The release versions that are sent to the Python package index (PyPI) are also tagged in Github. You can see the tags through the Github web application and download the tarball of the version you'd like. Additionally PyPI will host the various releases of Baleen (eventually).

The versioning uses a three part version system, "a.b.c" - "a" represents a major release that may not be backwards compatible. "b" is incremented on minor releases that may contain extra features, but are backwards compatible. "c" releases are bug fixes or other micro changes that developers should feel free to immediately update to.

Version 0.3.3

  • tag: v0.3.3
  • deployment: Monday, April 18, 2016
  • commit: (see tag)

Extended the Baleen export functionality to dump either an HTML or JSON corpus to disk in a suitable format for NLP analysis, particularly using NLTK. The new export functionality is still single process, but does some smart things to reduce the amount of time the export takes, as well as the amount of memory required. Additionally, we have improved the visual interface to the web application, making status messages more noticeable as we monitor continued data ingestion.

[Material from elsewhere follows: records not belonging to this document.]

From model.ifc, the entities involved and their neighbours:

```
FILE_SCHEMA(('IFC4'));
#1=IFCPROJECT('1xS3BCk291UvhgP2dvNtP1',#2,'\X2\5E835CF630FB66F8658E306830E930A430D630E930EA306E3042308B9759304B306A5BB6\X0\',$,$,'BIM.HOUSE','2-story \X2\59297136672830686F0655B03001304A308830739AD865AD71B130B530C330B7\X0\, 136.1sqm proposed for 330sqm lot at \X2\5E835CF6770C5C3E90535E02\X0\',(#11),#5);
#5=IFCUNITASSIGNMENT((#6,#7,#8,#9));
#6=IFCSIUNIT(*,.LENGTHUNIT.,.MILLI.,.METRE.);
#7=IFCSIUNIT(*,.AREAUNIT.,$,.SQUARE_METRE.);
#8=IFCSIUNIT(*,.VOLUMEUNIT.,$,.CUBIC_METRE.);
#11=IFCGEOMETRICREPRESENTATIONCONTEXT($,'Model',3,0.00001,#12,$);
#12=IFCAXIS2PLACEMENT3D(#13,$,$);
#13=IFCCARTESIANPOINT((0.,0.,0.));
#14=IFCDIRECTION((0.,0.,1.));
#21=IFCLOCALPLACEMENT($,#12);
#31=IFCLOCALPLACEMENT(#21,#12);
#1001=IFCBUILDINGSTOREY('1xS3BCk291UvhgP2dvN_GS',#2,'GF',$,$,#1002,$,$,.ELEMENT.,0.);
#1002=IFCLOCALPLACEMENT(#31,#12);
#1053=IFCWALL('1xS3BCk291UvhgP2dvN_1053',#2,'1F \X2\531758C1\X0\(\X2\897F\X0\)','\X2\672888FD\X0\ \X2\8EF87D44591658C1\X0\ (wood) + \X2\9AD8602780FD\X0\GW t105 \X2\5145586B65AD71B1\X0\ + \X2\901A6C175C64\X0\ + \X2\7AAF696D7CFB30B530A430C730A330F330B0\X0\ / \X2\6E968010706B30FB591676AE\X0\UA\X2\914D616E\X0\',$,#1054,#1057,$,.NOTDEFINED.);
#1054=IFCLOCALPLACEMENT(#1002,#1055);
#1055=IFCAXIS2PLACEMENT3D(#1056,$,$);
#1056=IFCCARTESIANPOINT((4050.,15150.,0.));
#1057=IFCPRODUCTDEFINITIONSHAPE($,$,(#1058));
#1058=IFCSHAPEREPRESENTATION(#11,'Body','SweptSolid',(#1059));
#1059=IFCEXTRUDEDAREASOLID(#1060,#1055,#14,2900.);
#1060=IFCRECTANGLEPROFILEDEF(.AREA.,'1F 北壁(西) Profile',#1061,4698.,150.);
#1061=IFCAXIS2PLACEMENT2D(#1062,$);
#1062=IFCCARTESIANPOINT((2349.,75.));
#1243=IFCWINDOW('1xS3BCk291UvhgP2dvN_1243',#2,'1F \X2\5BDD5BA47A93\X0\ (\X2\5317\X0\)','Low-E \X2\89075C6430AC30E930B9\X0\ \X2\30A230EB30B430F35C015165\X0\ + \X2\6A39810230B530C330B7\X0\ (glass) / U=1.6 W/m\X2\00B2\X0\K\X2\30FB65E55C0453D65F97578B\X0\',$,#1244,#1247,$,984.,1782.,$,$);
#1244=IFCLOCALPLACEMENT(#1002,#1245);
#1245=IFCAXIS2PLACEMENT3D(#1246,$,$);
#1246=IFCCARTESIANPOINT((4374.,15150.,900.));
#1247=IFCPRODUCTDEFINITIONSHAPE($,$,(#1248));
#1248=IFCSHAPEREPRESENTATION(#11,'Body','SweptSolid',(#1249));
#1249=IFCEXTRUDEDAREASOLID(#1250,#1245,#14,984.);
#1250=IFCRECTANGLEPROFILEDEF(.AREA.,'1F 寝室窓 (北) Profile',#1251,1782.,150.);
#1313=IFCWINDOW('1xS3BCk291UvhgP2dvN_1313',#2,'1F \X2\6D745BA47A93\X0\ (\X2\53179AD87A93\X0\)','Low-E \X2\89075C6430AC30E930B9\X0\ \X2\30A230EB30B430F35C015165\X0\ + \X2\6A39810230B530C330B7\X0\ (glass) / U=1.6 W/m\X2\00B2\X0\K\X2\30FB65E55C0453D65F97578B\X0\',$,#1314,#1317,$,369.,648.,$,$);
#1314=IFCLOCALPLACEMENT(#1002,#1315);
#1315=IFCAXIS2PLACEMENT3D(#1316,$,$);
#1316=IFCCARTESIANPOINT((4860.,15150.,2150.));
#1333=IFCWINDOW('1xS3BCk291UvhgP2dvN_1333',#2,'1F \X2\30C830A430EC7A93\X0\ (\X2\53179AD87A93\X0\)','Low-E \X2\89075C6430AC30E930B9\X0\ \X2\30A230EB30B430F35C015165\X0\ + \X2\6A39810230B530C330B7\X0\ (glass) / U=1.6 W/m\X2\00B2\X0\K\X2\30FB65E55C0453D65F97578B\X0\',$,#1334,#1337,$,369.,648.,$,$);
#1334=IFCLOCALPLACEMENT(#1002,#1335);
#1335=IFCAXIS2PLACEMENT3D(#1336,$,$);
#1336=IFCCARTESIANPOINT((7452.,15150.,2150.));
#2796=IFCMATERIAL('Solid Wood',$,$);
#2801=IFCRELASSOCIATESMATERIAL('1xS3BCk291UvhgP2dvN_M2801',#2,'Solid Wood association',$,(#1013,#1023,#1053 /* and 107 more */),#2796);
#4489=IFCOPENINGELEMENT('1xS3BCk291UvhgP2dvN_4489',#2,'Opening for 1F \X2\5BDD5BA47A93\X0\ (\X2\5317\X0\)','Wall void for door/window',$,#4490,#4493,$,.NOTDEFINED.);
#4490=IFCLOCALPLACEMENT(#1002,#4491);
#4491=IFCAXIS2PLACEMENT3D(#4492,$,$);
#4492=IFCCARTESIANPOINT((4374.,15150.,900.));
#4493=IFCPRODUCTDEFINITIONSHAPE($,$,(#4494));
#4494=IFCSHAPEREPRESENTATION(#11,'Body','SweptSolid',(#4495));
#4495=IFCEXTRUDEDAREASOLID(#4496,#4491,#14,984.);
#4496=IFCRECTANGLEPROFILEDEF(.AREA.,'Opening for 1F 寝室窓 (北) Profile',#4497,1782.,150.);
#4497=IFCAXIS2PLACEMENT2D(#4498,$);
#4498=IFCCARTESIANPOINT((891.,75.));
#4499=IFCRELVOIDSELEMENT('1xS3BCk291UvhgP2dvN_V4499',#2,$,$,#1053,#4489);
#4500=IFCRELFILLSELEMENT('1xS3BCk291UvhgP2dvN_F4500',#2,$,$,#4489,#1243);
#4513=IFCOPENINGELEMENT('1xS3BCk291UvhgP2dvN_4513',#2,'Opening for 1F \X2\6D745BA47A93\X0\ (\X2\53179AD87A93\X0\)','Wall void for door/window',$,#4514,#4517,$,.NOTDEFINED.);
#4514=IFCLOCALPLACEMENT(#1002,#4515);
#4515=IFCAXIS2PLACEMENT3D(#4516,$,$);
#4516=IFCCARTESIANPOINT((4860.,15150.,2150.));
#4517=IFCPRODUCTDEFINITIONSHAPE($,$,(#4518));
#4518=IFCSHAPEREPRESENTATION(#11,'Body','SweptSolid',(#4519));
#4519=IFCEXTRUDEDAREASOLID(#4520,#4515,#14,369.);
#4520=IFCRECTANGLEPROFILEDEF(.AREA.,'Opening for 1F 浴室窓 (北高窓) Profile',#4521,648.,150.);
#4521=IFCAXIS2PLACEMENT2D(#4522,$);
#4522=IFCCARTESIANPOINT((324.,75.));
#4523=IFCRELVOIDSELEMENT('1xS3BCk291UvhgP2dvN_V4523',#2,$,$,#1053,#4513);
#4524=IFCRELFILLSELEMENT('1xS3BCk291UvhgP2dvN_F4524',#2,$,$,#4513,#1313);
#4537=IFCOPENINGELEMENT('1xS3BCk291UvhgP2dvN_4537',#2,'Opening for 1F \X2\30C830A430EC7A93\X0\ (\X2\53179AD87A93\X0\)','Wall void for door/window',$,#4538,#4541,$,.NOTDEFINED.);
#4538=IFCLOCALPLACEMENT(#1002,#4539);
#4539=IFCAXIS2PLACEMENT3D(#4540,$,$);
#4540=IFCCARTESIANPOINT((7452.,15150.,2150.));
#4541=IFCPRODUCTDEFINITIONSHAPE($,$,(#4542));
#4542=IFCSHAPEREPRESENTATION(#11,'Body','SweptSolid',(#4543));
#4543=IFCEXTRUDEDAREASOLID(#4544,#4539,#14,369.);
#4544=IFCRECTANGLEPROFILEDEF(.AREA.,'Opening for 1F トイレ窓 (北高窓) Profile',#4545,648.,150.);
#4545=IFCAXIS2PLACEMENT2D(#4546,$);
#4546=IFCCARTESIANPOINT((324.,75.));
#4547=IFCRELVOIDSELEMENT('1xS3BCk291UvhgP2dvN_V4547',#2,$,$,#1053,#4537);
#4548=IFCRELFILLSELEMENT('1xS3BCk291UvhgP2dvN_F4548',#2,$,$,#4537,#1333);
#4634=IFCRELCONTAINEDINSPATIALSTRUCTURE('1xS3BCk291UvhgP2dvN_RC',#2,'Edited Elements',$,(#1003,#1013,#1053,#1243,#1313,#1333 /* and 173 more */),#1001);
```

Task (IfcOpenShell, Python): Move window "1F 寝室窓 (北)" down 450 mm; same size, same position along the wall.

```python
import numpy as np
import ifcopenshell
import ifcopenshell.api.geometry
import ifcopenshell.util.placement
import ifcopenshell.util.unit

model = ifcopenshell.open("model.ifc")
unit_scale = ifcopenshell.util.unit.calculate_unit_scale(model)

window = model.by_id(1243)
opening = window.FillsVoids[0].RelatingOpeningElement
dz = -0.45 / unit_scale

shift = np.array([0.0, 0.0, dz])
# The window is not placed relative to its opening, so move both.
for product in (opening, window):
    matrix = ifcopenshell.util.placement.get_local_placement(product.ObjectPlacement)
    matrix[:3, 3] += shift
    ifcopenshell.api.geometry.edit_object_placement(model, product=product, matrix=matrix, is_si=False)

print(f"moved by {dz * unit_scale:+.3f} m")

model.write("model_v2.ifc")
```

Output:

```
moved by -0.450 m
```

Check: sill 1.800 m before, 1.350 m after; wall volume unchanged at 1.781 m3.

The app can be found online at http://baleen.districtdatalabs.com.

Version 0.3.2

  • tag: v0.3.2
  • deployment: Wednesday, April 13, 2016
  • commit: 642ad60

Some changes to the web application to attempt to solve SEGFAULT errors and to make the status and the logs more readable. This is just a quick hotfix to make sure we have decent monitoring in the app.

The app can be found online at http://baleen.districtdatalabs.com.

Version 0.3.1

  • tag: v0.3.1
  • deployment: Thursday, April 7, 2016
  • commit: 121de50

Very happy to have had @lauralorenz and @bahadasx contribute to Baleen by building a web admin app. The app is a very simple Flask app that reads from the database and reports on the status, including the list of available feeds. It also reports information from the log file.

The app can be found online now at http://baleen.districtdatalabs.com.

Version 0.3

  • tag: v0.3
  • deployment: Thursday, March 3, 2016
  • commit: 9e095bc

Releases one day after another! The reason is because Baleen needs to be running in production to gather a large enough corpus for PyCon. Version 0.3 is a major release that implements the revised component architecture. It should hopefully be more stable, give more visibility into what's going on, be easier to update and fix, and have a few more features. Features include tracking ingestion jobs in the Mongo database (so we can add a web application), synchronization of feeds and wrangling of posts are not coupled. Added Commis for easier console utility management, and finally added some other tools and tests.

Version 0.2.1

  • tag: v0.2.1
  • deployment: Wednesday, March 2, 2016
  • commit: 85aa949

Hotfix for an error that caused unicode strings to kill the ingestion in a try/except block (as it was being written to the logger)! This error was so serious it needed to be fixed right away, even in the middle of Version 0.3 updates.

Version 0.2

  • tag: v0.2
  • deployment: Tuesday, March 1, 2016
  • commit: 8e4e06e

This update was a push to get Baleen running on EC2 on an hourly basis in preparation for PyCon. We updated all of Baleen's dependencies to their latest versions, added tests and other important fixtures, and organized the code a bit better. New functionality includes the ability to fetch the post webpage from the link, export the corpus to disk using the command line utility, and run in the background using the schedule library.

Version 0.1

  • tag: v0.1
  • release: Tuesday, September 23, 2014
  • deployment: Thursday, February 18, 2016
  • commit: f5f15dd

This was the initial version of Baleen before the revamp occurred thanks to the PyCon tutorial. Baleen in this form was a command line utility that fetched RSS feeds on demand and stored them in a Mongo database. The input to Baleen is an OPML file that contains an RSS feed listing as well as their topics.

Baleen was originally used to produce a corpus for the District Data Labs NLP with NLTK course. The corpus was then adapted for use in the Statistics.com online course of the same name. The problem is that because Baleen had to be ran manually, it was difficult to get a high quality corpus on demand.